What you have to do >> Please transcribe the data that follows exactly, from its first line through the line that contains "site_placement = place(None, origin())".

Data for the task >>

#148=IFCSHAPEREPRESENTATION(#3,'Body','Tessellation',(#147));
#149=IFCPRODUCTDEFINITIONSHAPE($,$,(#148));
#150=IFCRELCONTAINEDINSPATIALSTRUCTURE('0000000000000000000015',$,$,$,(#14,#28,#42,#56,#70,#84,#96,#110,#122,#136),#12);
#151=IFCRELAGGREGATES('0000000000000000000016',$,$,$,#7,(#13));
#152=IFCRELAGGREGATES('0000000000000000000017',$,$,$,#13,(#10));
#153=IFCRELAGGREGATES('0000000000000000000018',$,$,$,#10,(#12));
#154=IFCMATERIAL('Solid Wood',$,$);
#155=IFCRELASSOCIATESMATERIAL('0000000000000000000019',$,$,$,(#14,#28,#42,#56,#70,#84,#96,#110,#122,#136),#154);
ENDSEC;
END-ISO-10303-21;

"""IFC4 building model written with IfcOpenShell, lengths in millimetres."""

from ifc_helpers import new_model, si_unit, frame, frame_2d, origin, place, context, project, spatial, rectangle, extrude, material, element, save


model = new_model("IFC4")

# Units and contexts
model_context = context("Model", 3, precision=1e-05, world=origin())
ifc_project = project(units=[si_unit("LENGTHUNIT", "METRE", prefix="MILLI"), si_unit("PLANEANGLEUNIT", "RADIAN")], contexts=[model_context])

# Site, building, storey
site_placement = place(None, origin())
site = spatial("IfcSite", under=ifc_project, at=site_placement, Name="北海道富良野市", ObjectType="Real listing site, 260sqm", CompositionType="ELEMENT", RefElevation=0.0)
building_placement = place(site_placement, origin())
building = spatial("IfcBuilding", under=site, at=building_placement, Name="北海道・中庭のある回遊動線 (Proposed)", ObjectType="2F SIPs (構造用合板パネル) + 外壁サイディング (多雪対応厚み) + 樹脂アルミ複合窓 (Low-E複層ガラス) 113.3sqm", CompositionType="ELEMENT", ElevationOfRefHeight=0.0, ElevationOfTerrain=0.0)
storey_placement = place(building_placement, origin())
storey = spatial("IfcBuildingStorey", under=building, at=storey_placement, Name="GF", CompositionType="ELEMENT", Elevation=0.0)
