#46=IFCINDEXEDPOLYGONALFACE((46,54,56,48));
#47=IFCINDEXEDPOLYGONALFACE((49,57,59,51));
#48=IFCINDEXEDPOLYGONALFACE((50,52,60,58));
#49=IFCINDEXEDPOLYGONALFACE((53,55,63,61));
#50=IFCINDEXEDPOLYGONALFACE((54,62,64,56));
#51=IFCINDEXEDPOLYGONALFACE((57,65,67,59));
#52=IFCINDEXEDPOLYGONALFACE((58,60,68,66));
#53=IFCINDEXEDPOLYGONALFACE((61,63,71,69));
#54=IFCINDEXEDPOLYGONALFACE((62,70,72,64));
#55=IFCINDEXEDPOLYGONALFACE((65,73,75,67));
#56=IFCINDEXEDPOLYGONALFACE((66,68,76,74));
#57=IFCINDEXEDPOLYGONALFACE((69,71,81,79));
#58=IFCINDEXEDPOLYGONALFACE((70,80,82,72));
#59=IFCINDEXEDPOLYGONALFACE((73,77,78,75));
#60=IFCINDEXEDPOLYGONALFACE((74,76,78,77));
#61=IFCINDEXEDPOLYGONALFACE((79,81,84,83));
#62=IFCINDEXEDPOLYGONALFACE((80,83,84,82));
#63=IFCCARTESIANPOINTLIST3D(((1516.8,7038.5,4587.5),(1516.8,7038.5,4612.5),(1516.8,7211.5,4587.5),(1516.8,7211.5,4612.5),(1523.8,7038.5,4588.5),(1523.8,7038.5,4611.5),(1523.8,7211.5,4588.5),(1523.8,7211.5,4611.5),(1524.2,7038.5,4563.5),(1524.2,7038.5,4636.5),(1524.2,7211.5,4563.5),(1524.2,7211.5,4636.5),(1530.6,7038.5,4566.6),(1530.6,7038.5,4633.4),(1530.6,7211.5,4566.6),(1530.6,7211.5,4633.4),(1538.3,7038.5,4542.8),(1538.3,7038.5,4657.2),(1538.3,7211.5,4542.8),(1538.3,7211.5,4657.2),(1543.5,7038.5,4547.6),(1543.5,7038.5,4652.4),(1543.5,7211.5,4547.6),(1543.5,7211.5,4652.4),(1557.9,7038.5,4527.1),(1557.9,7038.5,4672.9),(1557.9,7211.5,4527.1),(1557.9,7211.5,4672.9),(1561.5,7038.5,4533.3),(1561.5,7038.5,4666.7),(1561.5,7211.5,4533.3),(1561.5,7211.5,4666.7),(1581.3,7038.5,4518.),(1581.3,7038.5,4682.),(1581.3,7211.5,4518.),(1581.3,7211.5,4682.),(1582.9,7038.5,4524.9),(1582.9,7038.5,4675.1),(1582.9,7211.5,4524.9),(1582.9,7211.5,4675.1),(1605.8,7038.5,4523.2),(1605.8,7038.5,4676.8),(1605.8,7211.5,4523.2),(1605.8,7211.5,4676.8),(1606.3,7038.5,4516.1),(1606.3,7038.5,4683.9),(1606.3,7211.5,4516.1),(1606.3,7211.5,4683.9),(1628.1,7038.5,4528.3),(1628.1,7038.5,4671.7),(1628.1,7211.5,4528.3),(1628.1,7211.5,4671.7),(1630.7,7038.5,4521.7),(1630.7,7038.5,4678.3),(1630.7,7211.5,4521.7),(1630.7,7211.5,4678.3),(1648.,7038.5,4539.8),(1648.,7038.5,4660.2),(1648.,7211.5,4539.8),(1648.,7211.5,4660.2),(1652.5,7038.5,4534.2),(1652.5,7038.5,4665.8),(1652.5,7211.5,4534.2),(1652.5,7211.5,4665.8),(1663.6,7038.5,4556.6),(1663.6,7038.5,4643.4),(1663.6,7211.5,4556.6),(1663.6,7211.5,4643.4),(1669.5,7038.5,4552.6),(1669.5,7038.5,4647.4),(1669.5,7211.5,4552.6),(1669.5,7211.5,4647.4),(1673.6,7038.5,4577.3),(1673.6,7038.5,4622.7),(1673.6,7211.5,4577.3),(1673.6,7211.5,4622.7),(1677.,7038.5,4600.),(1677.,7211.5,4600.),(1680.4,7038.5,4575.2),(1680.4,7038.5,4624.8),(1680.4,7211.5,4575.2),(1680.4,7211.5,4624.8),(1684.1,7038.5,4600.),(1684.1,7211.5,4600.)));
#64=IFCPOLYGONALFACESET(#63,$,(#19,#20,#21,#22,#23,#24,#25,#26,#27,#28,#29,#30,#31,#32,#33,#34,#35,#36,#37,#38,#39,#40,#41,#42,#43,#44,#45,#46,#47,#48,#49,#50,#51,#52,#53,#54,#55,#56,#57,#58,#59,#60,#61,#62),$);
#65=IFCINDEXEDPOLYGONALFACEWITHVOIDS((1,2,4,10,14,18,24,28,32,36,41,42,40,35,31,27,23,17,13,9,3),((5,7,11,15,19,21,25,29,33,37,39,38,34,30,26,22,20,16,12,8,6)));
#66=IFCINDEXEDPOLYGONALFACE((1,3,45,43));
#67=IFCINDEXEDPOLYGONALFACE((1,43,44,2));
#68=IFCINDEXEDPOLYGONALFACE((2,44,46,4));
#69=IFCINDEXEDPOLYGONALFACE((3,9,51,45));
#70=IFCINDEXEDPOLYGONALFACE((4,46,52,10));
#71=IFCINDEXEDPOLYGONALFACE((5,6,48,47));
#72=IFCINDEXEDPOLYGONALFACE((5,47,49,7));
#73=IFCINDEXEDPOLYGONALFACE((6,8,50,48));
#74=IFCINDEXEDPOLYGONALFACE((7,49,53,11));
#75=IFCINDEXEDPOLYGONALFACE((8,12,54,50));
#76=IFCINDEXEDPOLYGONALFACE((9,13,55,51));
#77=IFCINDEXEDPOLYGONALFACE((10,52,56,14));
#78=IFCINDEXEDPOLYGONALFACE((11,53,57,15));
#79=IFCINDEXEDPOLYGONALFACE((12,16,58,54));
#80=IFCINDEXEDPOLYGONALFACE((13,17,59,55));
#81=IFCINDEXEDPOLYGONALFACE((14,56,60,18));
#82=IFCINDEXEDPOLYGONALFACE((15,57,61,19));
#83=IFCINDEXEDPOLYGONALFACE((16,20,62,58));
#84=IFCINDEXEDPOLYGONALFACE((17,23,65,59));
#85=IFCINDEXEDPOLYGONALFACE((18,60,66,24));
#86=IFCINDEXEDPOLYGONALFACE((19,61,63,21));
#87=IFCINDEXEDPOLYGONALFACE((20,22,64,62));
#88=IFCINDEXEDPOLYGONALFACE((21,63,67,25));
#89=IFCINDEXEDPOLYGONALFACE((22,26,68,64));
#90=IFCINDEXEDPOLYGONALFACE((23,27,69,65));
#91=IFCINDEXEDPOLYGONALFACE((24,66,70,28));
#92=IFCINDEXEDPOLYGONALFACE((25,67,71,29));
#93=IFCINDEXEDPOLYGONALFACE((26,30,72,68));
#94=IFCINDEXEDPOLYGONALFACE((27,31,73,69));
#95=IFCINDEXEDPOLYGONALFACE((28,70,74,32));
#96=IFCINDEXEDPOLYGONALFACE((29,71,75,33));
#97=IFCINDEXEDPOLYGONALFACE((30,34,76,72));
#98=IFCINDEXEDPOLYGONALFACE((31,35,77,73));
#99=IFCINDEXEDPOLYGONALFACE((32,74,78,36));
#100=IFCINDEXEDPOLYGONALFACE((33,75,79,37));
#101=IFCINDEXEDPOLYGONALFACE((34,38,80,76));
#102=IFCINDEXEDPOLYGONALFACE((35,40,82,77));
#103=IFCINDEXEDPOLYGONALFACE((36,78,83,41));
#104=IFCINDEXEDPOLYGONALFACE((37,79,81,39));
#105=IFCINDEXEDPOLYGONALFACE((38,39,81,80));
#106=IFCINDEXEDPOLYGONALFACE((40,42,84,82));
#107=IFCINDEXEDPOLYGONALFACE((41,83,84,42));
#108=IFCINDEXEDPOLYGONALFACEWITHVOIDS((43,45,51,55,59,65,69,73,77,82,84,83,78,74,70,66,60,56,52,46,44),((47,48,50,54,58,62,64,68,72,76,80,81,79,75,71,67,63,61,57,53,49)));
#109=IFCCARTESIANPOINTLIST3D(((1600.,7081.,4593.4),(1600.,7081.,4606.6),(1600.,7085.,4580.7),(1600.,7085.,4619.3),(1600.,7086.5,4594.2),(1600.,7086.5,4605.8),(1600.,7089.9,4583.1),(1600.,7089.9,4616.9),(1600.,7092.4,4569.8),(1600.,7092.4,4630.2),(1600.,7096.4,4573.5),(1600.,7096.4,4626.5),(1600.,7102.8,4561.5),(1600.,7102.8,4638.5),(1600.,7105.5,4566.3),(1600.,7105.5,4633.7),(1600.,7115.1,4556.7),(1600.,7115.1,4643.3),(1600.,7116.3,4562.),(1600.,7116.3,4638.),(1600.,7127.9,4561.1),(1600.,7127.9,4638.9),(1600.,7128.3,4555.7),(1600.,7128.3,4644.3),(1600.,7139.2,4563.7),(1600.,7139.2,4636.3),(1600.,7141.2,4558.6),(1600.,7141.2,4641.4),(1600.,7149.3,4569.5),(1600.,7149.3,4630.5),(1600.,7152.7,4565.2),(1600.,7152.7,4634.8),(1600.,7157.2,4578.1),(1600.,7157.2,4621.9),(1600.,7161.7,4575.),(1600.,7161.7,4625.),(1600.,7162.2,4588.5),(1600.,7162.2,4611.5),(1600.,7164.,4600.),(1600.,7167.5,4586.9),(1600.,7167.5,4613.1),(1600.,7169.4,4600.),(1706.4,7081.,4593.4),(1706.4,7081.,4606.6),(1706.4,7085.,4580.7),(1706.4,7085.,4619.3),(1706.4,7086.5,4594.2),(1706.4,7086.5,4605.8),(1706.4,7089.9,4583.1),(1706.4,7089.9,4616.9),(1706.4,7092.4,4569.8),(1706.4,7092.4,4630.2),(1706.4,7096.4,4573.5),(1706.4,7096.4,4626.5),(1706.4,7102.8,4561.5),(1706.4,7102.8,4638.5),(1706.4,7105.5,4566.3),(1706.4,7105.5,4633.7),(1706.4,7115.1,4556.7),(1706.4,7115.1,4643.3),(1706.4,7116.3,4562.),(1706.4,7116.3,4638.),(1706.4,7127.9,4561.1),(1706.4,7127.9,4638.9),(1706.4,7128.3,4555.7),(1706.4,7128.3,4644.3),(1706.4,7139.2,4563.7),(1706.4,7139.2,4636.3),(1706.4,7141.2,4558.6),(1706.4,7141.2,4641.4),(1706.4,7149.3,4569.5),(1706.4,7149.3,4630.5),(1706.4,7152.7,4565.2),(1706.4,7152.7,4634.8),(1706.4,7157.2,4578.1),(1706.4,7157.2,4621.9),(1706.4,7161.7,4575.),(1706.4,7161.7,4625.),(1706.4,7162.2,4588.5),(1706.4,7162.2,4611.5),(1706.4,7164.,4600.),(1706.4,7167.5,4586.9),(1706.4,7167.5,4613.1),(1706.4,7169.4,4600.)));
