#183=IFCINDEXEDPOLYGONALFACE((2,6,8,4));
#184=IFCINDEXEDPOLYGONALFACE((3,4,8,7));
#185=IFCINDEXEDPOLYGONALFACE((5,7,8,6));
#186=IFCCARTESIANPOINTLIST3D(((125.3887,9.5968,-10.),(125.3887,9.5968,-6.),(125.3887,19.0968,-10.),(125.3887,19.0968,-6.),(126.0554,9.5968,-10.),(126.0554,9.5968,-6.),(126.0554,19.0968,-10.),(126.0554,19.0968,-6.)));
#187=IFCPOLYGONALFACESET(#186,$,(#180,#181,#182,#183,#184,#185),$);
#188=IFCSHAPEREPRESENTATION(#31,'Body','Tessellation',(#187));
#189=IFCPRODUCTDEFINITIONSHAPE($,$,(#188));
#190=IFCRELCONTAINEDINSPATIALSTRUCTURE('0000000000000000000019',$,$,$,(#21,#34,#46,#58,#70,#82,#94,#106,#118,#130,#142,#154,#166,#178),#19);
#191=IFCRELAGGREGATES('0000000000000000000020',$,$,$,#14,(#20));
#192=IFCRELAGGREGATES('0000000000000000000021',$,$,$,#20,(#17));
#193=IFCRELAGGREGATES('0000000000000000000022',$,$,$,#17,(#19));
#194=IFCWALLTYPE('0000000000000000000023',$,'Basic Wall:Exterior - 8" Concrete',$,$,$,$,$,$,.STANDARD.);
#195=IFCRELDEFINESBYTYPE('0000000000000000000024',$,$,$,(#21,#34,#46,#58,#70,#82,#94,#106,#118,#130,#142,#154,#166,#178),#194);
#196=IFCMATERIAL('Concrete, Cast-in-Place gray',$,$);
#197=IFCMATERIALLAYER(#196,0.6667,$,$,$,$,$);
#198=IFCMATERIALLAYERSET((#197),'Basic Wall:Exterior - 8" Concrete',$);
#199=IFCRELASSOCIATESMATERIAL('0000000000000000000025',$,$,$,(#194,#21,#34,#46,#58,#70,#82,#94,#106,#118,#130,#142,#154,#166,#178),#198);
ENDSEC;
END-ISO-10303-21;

Your response >>
#148=IFCSHAPEREPRESENTATION(#3,'Body','Tessellation',(#147));
#149=IFCPRODUCTDEFINITIONSHAPE($,$,(#148));
#150=IFCRELCONTAINEDINSPATIALSTRUCTURE('0000000000000000000015',$,$,$,(#14,#28,#42,#56,#70,#84,#96,#110,#122,#136),#12);
#151=IFCRELAGGREGATES('0000000000000000000016',$,$,$,#7,(#13));
#152=IFCRELAGGREGATES('0000000000000000000017',$,$,$,#13,(#10));
#153=IFCRELAGGREGATES('0000000000000000000018',$,$,$,#10,(#12));
#154=IFCMATERIAL('Solid Wood',$,$);
#155=IFCRELASSOCIATESMATERIAL('0000000000000000000019',$,$,$,(#14,#28,#42,#56,#70,#84,#96,#110,#122,#136),#154);
ENDSEC;
END-ISO-10303-21;

"""IFC4 building model written with IfcOpenShell, lengths in millimetres."""

from ifc_helpers import new_model, si_unit, frame, frame_2d, origin, place, context, project, spatial, rectangle, extrude, material, element, save


model = new_model("IFC4")

# Units and contexts
model_context = context("Model", 3, precision=1e-05, world=origin())
ifc_project = project(units=[si_unit("LENGTHUNIT", "METRE", prefix="MILLI"), si_unit("PLANEANGLEUNIT", "RADIAN")], contexts=[model_context])

# Site, building, storey
site_placement = place(None, origin())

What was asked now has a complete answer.